There are still questions that need to be answered regarding the Certifying Commission for EHR's . I apologize if this if this is the wrong location for this post but CCHIT needs to answer the questions.

OPEN letter to CCHIT, Ms Reber,
In light of the current economic reality , there are some questions that need to be answered.
1. Why haven't you addressed the reasonable question of why CCHIT was Involuntarily Dissolved ?
2. Now that CCHIT attorneys have managed to get downtown and stuff the State of Illinois corporate registration file with fresh papers, we would like to know when CCHIT plans to purchase a business license for operating within the City of Chicago?

3.We would like to see public reporting on how the $7.5 million form the Office of the National Coordinator was spent, who received money and how much money. Additionally how much cash does CCHIT have on hand at this time and where its accounts are held.

4. We would also like to know how long CCHIT has operated in Chicago without a business license and does CCHIT plan to purchase a business license for its business operation in Chicago?

5. What is CCHIT's connection to the Government Health IT publication deal that CCHIT' parent organization, HIMSS, is trying to conceal? What was given for to acquire the publication and what are the terms of the deal? Who are the new owners of the publication?

Comments:
1. The writer believes Mayor Daley of Chicago is authorized by the tax payers of the City of Chicago to collect licensure fees and that the self proclaimed non-profit status CCHIT brandishes does not relieve itself of this obligation.
2. Therefore if CCHIt refuses to purchase a business license from the City of Chicago immediately, on behalf of the tax payers, the writer is demanding CCHIT get out of town , out of Chicago, our good city. We don't want you here.

The write also states that if CCHIT operates the way it has to cheat the City of Chicago on advice from its parent organization, HIMSS.org, it too should pack its bags and get the h*** out of Chicago.

2. Considering the fact that CCHIT operated in bad faith without a business license and without a certificate of good standing from the State of Illinois it is highly unlikely that CCHIT can substantiate any claim to issuing valid certifications in exchange for money they have taken from vendors.


Calvin Jablonski

Anonymous said...

On another note down the same line, it has been an interesting journey for myself both looking to hire, and looking for a new job.

Some of these requirements that are out there are ridiculous. Some of the requirements I see are.

1. Bachelors degree
2. Experience translating data
3. 2+ years in healthcare (no mention of what capacity)
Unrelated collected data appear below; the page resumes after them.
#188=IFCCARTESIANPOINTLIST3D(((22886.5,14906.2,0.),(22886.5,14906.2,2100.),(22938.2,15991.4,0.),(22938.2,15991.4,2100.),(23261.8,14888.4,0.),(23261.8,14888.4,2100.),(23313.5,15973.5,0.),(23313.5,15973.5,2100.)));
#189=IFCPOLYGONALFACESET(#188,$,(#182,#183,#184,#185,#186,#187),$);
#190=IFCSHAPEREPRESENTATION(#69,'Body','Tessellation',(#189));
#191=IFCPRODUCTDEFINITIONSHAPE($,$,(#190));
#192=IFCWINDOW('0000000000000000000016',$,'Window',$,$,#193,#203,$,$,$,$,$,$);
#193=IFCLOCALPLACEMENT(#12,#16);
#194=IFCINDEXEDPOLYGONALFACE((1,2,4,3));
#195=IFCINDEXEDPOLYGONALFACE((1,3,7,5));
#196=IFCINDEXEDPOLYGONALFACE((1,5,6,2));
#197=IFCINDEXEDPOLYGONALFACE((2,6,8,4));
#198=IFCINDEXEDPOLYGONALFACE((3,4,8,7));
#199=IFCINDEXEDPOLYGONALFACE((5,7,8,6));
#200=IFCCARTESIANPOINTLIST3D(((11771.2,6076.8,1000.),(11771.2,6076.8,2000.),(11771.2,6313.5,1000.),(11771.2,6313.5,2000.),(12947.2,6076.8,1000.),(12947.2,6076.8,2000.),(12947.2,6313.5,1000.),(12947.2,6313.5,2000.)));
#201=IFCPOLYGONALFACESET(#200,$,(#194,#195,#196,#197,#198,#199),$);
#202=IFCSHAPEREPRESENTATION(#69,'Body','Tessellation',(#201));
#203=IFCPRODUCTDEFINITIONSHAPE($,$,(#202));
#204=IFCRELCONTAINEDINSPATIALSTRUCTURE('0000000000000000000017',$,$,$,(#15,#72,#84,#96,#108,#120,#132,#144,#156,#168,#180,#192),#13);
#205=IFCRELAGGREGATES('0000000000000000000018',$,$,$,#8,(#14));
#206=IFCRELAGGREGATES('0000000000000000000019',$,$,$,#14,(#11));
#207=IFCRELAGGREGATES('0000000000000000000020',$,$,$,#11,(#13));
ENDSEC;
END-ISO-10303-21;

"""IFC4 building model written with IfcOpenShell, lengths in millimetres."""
which is interesting when I look back on my own short career, 2+ years? That's not enough that's dangerous, some places don't even require 2+ years in health care, just 2+ years doing analysis of anything!
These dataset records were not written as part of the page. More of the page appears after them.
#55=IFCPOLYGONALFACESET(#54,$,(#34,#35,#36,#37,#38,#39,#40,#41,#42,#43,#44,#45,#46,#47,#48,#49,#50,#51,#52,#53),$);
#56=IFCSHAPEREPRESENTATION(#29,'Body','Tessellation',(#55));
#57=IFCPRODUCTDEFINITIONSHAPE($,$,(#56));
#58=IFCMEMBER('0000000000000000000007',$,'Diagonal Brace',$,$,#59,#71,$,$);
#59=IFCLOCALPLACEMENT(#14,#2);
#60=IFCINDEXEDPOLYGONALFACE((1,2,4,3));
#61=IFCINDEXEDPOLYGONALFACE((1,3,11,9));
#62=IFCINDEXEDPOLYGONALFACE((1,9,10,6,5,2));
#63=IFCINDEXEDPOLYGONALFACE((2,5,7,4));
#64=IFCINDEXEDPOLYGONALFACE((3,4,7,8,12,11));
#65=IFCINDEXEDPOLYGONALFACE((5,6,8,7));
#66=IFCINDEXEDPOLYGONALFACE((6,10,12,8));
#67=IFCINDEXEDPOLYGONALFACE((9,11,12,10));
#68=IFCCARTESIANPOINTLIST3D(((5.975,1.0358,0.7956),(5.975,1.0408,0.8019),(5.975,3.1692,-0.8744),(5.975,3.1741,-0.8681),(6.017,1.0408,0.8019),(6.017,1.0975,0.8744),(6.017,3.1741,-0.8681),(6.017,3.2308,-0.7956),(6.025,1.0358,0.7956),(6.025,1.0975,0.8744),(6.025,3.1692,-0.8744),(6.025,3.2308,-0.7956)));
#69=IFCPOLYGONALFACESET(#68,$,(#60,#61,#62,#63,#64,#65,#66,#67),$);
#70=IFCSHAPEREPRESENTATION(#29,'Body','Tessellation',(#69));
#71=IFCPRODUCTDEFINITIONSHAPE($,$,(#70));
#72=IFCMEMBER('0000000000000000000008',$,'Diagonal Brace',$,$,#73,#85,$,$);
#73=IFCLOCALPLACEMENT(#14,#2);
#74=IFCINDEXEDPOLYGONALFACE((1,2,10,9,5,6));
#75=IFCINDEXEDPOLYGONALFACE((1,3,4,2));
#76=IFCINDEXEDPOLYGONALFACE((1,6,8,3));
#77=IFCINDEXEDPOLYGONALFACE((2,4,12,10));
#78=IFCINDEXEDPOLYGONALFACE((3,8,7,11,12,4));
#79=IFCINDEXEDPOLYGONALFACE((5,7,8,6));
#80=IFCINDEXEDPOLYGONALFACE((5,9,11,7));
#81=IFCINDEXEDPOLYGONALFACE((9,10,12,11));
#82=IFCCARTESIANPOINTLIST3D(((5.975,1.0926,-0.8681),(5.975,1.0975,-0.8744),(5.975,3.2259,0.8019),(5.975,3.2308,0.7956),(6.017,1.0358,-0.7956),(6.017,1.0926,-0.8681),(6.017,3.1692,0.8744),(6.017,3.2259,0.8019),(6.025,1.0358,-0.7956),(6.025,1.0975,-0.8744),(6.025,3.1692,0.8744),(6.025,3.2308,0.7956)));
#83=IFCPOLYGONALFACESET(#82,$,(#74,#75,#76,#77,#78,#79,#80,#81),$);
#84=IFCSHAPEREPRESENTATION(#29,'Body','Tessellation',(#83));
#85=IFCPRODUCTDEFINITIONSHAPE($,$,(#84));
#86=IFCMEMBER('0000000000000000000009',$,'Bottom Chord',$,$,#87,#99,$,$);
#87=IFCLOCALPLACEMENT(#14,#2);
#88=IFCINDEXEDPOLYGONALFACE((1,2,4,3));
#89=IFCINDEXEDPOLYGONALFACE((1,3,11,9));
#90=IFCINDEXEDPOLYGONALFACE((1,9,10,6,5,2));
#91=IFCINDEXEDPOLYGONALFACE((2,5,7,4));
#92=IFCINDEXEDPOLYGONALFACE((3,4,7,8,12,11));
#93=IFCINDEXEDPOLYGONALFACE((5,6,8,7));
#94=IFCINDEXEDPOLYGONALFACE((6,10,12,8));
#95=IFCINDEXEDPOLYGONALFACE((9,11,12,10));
We've also hired along those guidelines and its cause us many headaches, many fixes and many bad situations (let your imagination go wild here).

The reason for all of this? Those who say what the minimum requirements are often have to battle to bet the budget to hire people who do fit. Then after awhile it becomes a battle of we just need people who cares how much they know or how *competent* they are. Bodies are what we need.
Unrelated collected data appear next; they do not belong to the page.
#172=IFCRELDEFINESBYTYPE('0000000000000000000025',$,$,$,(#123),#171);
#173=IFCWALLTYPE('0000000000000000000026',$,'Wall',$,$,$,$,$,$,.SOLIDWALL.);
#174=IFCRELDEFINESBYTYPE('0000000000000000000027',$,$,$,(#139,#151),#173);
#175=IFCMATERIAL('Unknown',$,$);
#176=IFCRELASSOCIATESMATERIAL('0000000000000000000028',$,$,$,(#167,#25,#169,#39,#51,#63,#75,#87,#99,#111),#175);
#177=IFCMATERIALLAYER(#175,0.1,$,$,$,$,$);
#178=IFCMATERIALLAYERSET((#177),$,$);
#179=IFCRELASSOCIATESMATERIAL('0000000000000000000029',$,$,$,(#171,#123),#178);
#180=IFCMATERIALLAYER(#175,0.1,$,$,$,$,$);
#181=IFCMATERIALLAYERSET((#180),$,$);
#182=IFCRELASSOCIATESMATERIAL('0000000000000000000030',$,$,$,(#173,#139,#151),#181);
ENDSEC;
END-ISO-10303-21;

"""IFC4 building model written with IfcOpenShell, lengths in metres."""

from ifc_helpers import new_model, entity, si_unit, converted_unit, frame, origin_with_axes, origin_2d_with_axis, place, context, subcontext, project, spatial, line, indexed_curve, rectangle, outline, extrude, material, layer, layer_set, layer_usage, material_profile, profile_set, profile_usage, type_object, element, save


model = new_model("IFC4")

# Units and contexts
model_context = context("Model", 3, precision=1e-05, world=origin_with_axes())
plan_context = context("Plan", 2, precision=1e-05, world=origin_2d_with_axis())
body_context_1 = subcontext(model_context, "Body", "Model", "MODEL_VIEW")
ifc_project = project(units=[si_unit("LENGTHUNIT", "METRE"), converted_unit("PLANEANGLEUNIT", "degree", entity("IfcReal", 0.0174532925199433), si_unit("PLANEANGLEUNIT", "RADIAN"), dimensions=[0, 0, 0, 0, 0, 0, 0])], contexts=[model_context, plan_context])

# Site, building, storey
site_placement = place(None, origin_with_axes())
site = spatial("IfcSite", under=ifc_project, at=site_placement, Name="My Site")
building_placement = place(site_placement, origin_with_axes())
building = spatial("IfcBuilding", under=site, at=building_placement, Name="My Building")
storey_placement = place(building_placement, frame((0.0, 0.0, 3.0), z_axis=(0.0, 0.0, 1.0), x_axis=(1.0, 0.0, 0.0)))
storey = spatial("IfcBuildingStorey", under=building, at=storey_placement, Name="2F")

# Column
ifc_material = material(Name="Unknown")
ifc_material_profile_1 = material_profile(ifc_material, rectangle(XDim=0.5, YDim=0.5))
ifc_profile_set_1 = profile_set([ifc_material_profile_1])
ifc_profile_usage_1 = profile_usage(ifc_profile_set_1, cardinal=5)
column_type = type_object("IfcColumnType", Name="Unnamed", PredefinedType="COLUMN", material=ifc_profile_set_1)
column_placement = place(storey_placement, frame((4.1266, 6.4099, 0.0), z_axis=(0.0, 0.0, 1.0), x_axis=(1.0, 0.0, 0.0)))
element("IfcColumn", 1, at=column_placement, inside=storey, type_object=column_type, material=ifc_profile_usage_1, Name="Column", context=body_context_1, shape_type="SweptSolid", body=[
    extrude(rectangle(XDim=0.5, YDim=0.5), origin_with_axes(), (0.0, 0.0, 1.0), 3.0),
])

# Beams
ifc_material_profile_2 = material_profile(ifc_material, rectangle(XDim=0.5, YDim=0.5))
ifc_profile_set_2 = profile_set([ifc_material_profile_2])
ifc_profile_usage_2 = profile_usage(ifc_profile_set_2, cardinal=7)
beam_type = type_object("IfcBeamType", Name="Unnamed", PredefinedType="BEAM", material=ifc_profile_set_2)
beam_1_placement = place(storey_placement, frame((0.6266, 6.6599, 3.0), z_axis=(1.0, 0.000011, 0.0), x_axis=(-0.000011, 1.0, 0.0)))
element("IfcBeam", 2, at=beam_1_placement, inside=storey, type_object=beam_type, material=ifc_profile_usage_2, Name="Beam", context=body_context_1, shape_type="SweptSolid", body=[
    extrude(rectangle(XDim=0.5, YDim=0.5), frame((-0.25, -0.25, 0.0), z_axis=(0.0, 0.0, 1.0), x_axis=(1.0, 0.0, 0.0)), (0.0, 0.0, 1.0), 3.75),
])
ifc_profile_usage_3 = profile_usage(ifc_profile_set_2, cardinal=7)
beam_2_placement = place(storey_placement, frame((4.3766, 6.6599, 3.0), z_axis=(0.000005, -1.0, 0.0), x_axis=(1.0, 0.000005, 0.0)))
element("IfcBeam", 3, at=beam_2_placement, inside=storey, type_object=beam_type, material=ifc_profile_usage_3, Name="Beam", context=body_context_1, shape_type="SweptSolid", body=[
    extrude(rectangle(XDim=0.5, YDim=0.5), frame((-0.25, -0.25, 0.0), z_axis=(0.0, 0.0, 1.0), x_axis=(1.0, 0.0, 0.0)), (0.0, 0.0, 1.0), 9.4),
It seems to have been a battle of qualified vs budget or 'just need someone' vs nothing. Its a shame that there are these trade-offs.

InformaticsMD said...

Then after awhile it becomes a battle of we just need people who cares how much they know or how *competent* they are. Bodies are what we need.

There are numerous posts on HC Renewal about the absurdities of HIT hiring and exclusion of the most experienced specialists.

The work of Professor Norm Matloff at UC Davis on the IT industry "hiring cheap" is worth reviewing. I may do a piece on it here.

InformaticsMD said...

Calvin Jablonski writes:

The writer believes Mayor Daley of Chicago is authorized by the tax payers of the City of Chicago to collect licensure fees and that the self proclaimed non-profit status CCHIT brandishes does not relieve itself of this obligation.

I know my dad's business in Philadelphia was required to so do.